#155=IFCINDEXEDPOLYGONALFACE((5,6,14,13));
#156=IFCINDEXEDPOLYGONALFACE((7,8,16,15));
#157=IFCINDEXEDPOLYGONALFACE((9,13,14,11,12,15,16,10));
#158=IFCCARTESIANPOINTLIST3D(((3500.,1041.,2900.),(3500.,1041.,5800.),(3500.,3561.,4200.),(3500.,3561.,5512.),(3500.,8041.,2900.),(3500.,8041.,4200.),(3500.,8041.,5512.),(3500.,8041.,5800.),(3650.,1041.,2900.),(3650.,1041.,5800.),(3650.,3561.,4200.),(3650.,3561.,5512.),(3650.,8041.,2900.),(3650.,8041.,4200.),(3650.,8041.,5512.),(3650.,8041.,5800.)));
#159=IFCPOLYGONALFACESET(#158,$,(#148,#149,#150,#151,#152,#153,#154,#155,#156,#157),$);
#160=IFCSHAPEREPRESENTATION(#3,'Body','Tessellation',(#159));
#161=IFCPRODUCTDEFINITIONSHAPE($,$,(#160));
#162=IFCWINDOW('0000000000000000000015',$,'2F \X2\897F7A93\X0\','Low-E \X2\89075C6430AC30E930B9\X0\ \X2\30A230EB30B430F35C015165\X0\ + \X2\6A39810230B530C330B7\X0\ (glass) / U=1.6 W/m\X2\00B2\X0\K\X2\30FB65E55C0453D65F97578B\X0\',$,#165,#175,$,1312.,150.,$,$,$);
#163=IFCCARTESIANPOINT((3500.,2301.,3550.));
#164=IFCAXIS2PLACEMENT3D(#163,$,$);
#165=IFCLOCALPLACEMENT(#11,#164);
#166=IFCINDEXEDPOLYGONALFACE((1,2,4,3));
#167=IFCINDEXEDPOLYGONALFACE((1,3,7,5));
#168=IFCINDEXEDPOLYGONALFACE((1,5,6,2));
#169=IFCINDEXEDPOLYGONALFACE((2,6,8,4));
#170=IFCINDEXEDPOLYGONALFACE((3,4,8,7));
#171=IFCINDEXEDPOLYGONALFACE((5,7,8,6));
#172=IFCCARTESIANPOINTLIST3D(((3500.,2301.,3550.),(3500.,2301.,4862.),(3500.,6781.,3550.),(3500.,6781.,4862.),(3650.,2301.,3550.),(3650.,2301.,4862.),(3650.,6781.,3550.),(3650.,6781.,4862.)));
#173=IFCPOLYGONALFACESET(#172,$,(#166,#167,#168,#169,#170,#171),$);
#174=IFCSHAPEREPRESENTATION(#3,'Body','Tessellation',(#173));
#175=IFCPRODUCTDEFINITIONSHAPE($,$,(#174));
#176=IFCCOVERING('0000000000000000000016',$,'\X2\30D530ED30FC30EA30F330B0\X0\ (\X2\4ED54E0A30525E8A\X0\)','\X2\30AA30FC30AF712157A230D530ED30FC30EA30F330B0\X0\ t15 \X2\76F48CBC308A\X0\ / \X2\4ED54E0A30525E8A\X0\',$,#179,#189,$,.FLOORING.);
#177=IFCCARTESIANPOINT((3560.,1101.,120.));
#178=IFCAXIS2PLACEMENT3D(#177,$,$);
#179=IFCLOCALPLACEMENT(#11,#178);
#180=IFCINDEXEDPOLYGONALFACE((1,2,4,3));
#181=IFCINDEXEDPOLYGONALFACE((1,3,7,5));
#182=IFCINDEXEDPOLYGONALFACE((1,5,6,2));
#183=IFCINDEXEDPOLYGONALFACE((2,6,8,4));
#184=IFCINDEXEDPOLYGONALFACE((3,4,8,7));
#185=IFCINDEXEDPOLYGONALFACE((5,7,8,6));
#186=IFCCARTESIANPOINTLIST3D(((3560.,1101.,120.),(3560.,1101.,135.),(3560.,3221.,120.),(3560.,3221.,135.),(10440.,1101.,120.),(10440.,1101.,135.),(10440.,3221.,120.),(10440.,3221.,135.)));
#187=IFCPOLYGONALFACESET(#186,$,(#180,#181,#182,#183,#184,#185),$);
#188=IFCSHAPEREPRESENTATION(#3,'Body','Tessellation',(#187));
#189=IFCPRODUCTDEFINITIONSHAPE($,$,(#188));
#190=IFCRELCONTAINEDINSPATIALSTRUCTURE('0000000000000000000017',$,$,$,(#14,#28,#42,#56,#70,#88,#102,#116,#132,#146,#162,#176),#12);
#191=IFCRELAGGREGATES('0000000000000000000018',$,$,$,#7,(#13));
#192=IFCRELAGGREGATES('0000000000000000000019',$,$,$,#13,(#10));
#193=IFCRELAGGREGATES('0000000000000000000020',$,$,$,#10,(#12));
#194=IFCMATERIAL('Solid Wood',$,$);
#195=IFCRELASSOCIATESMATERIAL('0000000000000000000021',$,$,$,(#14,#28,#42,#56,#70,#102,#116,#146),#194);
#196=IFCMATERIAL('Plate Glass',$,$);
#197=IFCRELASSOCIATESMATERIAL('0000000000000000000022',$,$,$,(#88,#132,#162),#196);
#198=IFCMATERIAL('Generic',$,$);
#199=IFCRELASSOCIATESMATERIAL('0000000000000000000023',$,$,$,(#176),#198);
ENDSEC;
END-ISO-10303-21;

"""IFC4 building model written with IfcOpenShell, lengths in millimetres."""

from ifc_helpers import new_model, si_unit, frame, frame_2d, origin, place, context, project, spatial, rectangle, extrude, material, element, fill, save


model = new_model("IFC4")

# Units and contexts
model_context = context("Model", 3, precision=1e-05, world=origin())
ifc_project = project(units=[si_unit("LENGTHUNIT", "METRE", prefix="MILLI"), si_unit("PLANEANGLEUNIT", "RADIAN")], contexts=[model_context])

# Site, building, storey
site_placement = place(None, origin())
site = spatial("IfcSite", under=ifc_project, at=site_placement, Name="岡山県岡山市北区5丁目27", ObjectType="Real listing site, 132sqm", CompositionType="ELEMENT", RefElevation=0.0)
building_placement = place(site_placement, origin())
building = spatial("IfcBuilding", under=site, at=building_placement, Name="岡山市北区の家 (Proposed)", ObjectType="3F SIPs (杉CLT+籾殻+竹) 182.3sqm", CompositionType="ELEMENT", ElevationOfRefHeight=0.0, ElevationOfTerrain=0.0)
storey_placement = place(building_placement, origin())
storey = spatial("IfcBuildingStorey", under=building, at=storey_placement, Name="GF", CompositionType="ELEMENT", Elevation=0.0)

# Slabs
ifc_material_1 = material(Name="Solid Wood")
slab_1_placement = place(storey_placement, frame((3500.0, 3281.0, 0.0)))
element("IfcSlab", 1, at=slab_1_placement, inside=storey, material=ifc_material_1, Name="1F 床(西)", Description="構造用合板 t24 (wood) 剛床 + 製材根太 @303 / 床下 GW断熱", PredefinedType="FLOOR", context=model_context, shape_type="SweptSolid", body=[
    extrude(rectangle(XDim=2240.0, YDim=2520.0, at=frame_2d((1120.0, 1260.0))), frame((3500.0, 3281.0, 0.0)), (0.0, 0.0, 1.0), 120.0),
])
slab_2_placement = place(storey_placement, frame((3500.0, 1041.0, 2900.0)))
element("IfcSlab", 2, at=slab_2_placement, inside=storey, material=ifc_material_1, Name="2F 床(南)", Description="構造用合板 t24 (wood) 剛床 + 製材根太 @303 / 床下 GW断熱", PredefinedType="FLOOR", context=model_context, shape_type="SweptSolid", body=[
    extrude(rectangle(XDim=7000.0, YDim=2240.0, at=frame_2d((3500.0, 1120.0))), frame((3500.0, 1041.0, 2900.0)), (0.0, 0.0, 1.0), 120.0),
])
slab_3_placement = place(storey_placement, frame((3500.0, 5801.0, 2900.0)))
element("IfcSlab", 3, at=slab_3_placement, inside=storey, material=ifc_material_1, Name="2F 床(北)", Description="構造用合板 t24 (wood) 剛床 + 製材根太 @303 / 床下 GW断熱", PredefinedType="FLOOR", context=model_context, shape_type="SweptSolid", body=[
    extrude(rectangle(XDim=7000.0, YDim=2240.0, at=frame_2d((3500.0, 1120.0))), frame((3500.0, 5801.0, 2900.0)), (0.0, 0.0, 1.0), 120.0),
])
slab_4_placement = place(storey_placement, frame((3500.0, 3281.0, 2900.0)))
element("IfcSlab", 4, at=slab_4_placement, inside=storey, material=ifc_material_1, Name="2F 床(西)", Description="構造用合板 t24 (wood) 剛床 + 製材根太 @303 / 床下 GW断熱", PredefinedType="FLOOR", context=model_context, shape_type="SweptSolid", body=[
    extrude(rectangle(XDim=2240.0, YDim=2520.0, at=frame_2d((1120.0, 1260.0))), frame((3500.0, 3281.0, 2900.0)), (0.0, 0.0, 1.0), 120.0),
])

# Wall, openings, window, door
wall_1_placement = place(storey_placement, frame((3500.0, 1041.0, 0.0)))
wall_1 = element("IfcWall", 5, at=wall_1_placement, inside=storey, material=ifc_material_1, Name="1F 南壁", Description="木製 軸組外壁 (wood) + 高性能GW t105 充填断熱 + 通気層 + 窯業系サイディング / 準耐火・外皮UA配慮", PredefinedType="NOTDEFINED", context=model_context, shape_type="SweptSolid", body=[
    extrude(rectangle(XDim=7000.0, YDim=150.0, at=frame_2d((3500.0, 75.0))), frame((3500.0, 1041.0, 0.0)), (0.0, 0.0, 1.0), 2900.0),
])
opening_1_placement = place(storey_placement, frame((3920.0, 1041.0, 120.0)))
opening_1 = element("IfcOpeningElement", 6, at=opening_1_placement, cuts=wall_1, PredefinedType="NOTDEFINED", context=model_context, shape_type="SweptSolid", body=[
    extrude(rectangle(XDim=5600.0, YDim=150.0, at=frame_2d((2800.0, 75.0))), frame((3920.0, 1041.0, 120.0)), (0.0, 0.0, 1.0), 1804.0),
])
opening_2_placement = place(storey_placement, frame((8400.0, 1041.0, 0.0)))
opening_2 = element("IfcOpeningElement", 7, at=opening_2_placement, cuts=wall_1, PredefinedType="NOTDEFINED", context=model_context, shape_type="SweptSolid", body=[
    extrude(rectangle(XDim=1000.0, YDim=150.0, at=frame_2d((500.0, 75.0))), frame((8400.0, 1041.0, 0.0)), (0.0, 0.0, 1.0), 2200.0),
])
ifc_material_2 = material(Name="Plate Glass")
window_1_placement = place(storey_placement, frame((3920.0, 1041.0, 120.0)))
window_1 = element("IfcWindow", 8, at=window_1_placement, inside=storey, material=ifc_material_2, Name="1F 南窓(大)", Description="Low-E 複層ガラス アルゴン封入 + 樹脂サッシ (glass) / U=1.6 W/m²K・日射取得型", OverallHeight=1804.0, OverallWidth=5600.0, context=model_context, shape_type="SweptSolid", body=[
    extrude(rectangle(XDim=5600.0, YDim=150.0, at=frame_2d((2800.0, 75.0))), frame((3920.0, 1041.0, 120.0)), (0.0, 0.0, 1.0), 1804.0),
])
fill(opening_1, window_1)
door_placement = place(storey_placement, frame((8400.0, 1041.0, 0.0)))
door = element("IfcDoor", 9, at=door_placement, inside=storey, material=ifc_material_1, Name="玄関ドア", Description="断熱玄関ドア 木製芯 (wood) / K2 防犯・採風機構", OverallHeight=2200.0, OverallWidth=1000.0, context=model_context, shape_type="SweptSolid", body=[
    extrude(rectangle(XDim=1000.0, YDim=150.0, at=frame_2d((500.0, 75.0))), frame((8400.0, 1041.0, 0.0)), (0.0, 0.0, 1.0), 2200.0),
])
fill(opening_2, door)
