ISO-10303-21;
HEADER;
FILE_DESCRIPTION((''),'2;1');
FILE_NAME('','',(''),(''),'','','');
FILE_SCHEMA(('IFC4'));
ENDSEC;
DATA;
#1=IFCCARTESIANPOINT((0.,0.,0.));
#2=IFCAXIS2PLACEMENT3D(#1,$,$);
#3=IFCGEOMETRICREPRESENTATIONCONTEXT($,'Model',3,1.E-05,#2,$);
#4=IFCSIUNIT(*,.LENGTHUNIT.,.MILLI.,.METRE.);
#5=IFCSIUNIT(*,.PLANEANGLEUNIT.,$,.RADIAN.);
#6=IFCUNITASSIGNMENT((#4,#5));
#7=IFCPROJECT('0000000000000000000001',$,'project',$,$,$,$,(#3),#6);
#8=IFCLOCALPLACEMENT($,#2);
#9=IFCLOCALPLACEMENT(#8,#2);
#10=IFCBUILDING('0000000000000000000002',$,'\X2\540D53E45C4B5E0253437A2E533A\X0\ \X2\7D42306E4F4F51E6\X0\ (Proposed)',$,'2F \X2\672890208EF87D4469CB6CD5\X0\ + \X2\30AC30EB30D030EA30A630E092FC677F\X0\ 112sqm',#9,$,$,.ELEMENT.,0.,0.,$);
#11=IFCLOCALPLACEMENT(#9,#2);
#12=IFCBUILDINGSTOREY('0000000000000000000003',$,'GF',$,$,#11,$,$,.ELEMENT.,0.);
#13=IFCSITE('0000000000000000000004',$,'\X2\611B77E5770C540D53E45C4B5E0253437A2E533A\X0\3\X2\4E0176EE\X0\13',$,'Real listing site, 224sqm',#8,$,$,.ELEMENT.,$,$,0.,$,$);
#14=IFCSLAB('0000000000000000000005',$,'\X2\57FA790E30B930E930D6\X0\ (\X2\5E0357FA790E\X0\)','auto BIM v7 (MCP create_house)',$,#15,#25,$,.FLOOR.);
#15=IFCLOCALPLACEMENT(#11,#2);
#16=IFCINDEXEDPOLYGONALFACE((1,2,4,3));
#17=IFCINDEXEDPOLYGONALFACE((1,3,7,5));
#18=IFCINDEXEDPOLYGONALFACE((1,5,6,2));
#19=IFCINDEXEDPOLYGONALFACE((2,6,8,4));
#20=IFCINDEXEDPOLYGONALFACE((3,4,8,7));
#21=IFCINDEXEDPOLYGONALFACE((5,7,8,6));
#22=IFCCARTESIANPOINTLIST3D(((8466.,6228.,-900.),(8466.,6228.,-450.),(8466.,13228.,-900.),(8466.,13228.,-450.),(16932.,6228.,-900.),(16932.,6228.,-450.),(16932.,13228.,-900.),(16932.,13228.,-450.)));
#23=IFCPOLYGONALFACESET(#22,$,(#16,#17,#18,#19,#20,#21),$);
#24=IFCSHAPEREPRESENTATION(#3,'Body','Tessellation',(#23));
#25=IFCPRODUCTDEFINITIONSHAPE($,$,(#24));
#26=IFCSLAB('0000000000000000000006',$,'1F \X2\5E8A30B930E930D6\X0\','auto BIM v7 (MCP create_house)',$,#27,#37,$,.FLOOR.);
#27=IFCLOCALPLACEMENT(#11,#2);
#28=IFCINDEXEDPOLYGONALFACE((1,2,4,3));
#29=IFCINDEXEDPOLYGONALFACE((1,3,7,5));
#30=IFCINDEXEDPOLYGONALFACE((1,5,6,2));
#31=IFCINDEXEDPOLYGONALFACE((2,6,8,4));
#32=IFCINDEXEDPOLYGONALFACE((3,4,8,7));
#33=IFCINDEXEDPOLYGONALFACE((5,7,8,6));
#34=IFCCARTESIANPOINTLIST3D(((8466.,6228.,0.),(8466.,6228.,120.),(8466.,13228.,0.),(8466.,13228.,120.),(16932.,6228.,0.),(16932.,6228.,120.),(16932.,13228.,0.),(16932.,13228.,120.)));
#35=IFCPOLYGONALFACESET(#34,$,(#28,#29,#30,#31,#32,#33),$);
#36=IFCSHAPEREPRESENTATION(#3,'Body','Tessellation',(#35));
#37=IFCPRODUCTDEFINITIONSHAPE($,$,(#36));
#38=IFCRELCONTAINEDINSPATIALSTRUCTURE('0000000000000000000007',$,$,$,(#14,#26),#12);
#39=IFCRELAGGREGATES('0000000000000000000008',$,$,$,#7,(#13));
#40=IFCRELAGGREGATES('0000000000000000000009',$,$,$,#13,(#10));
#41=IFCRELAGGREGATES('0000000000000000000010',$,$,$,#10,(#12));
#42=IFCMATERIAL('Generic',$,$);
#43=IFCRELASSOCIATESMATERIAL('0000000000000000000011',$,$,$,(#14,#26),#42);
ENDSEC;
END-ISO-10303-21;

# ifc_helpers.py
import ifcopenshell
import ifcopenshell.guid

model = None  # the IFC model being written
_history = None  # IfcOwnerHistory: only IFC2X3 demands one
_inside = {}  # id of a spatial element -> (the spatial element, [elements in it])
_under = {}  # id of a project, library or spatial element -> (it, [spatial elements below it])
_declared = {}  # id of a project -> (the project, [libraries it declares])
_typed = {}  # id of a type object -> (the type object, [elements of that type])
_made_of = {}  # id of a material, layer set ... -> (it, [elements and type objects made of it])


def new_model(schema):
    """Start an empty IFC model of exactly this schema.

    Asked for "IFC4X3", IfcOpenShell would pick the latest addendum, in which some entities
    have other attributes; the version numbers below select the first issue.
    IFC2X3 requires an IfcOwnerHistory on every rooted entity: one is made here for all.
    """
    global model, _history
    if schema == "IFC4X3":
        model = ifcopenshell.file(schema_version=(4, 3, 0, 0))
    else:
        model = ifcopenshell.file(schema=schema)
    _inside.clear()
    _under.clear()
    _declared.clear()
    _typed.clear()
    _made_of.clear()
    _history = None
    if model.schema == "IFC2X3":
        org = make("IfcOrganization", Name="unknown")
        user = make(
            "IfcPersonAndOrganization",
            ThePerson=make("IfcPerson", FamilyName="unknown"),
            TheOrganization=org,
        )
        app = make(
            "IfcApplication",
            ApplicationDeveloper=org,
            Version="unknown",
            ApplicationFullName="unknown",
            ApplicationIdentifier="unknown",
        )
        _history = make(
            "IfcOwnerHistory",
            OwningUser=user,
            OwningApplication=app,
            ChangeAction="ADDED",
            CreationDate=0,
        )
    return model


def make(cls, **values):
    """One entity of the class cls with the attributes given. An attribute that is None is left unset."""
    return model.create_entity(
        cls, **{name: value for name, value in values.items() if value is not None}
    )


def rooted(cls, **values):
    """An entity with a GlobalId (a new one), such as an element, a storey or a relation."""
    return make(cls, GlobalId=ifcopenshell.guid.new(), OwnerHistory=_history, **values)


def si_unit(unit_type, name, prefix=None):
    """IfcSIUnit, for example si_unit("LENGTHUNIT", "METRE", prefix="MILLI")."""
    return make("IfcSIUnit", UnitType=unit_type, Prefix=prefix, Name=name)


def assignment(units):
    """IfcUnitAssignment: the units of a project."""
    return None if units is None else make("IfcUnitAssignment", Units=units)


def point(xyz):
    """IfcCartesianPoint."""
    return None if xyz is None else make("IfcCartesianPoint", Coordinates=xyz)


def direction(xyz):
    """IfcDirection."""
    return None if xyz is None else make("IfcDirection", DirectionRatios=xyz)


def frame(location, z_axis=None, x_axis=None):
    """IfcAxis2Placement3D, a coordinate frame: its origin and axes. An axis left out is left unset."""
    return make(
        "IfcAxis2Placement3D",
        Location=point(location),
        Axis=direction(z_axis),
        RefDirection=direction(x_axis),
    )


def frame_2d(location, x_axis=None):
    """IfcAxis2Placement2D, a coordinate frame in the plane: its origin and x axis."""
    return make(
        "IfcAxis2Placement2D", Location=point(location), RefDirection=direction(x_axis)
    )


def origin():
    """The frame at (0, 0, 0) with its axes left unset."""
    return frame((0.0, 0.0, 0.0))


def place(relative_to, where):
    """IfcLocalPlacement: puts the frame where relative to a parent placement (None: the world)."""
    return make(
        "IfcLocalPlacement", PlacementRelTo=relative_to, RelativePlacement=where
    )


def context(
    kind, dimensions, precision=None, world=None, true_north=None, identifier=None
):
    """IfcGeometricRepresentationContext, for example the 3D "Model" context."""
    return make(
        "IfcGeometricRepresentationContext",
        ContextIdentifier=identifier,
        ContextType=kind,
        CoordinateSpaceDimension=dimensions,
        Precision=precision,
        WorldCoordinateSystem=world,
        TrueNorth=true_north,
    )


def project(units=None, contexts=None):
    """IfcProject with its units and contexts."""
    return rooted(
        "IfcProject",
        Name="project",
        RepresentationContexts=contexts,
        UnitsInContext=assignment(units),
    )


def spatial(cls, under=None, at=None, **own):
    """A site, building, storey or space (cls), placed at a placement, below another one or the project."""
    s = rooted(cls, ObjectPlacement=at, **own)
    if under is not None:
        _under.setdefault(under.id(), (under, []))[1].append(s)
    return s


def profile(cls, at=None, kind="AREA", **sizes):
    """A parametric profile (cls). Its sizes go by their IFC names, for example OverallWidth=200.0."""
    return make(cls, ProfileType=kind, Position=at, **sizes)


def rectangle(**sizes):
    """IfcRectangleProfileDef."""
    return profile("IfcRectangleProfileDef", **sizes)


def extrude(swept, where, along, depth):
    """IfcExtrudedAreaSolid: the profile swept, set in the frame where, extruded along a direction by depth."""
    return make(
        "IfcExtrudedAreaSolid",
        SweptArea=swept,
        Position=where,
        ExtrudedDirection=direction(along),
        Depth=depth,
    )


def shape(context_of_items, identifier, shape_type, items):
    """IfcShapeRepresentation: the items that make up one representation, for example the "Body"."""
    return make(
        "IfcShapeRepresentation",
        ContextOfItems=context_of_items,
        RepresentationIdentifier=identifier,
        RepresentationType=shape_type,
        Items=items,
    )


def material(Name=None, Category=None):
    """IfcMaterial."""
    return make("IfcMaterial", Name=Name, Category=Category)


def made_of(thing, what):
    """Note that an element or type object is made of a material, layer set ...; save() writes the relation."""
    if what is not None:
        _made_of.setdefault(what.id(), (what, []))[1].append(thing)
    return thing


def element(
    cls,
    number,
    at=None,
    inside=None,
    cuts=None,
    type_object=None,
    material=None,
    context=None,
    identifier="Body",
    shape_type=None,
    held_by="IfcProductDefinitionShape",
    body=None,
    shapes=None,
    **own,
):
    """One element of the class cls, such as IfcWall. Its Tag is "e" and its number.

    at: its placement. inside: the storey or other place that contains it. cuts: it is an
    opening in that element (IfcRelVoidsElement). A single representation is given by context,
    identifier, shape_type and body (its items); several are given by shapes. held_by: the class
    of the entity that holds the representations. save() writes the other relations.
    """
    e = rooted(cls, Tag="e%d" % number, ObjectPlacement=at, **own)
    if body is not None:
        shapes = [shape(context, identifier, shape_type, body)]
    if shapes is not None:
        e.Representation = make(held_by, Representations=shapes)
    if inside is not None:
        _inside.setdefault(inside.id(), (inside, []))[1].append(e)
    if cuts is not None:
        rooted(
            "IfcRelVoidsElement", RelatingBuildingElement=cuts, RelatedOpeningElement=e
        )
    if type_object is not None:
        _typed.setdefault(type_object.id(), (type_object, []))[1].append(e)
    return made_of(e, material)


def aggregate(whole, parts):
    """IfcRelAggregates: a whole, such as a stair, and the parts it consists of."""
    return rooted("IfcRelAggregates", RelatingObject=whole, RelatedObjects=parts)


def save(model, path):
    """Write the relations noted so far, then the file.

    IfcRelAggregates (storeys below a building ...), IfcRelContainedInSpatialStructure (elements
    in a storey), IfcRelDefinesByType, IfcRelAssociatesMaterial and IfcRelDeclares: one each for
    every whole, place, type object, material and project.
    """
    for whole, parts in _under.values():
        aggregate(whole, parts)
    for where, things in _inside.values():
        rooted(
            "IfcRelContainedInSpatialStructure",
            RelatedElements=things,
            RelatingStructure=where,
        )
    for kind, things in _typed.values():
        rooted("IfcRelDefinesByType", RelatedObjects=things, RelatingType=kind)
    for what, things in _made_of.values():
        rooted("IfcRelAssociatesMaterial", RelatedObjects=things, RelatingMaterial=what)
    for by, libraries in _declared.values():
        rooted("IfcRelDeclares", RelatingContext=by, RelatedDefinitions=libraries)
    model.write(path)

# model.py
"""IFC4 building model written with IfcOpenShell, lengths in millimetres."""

from ifc_helpers import new_model, si_unit, frame, frame_2d, origin, place, context, project, spatial, rectangle, extrude, material, element, save


model = new_model("IFC4")

# Units and contexts
model_context = context("Model", 3, precision=1e-05, world=origin())
ifc_project = project(units=[si_unit("LENGTHUNIT", "METRE", prefix="MILLI"), si_unit("PLANEANGLEUNIT", "RADIAN")], contexts=[model_context])

# Site, building, storey
site_placement = place(None, origin())
site = spatial("IfcSite", under=ifc_project, at=site_placement, Name="愛知県名古屋市千種区3丁目13", ObjectType="Real listing site, 224sqm", CompositionType="ELEMENT", RefElevation=0.0)
building_placement = place(site_placement, origin())
building = spatial("IfcBuilding", under=site, at=building_placement, Name="名古屋市千種区 終の住処 (Proposed)", ObjectType="2F 木造軸組構法 + ガルバリウム鋼板 112sqm", CompositionType="ELEMENT", ElevationOfRefHeight=0.0, ElevationOfTerrain=0.0)
storey_placement = place(building_placement, origin())
storey = spatial("IfcBuildingStorey", under=building, at=storey_placement, Name="GF", CompositionType="ELEMENT", Elevation=0.0)

# Slabs
ifc_material = material(Name="Generic")
slab_1_placement = place(storey_placement, frame((4233.0, 3114.0, -450.0)))
element("IfcSlab", 1, at=slab_1_placement, inside=storey, material=ifc_material, Name="基礎スラブ (布基礎)", Description="auto BIM v7 (MCP create_house)", PredefinedType="FLOOR", context=model_context, shape_type="SweptSolid", body=[
    extrude(rectangle(XDim=8466.0, YDim=7000.0, at=frame_2d((4233.0, 3500.0))), frame((4233.0, 3114.0, -450.0)), (0.0, 0.0, 1.0), 450.0),
])
slab_2_placement = place(storey_placement, frame((4233.0, 3114.0, 0.0)))
element("IfcSlab", 2, at=slab_2_placement, inside=storey, material=ifc_material, Name="1F 床スラブ", Description="auto BIM v7 (MCP create_house)", PredefinedType="FLOOR", context=model_context, shape_type="SweptSolid", body=[
    extrude(rectangle(XDim=8466.0, YDim=7000.0, at=frame_2d((4233.0, 3500.0))), frame((4233.0, 3114.0, 0.0)), (0.0, 0.0, 1.0), 120.0),
])

save(model, "model.ifc")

Assigned task: In the listing above, find each line with the word "rooted" and return it.

Answer for the task:
    IFC2X3 requires an IfcOwnerHistory on every rooted entity: one is made here for all.
def rooted(cls, **values):
    return rooted(
    s = rooted(cls, ObjectPlacement=at, **own)
    e = rooted(cls, Tag="e%d" % number, ObjectPlacement=at, **own)
        rooted(
    return rooted("IfcRelAggregates", RelatingObject=whole, RelatedObjects=parts)
        rooted(
        rooted("IfcRelDefinesByType", RelatedObjects=things, RelatingType=kind)
        rooted("IfcRelAssociatesMaterial", RelatedObjects=things, RelatingMaterial=what)
        rooted("IfcRelDeclares", RelatingContext=by, RelatedDefinitions=libraries)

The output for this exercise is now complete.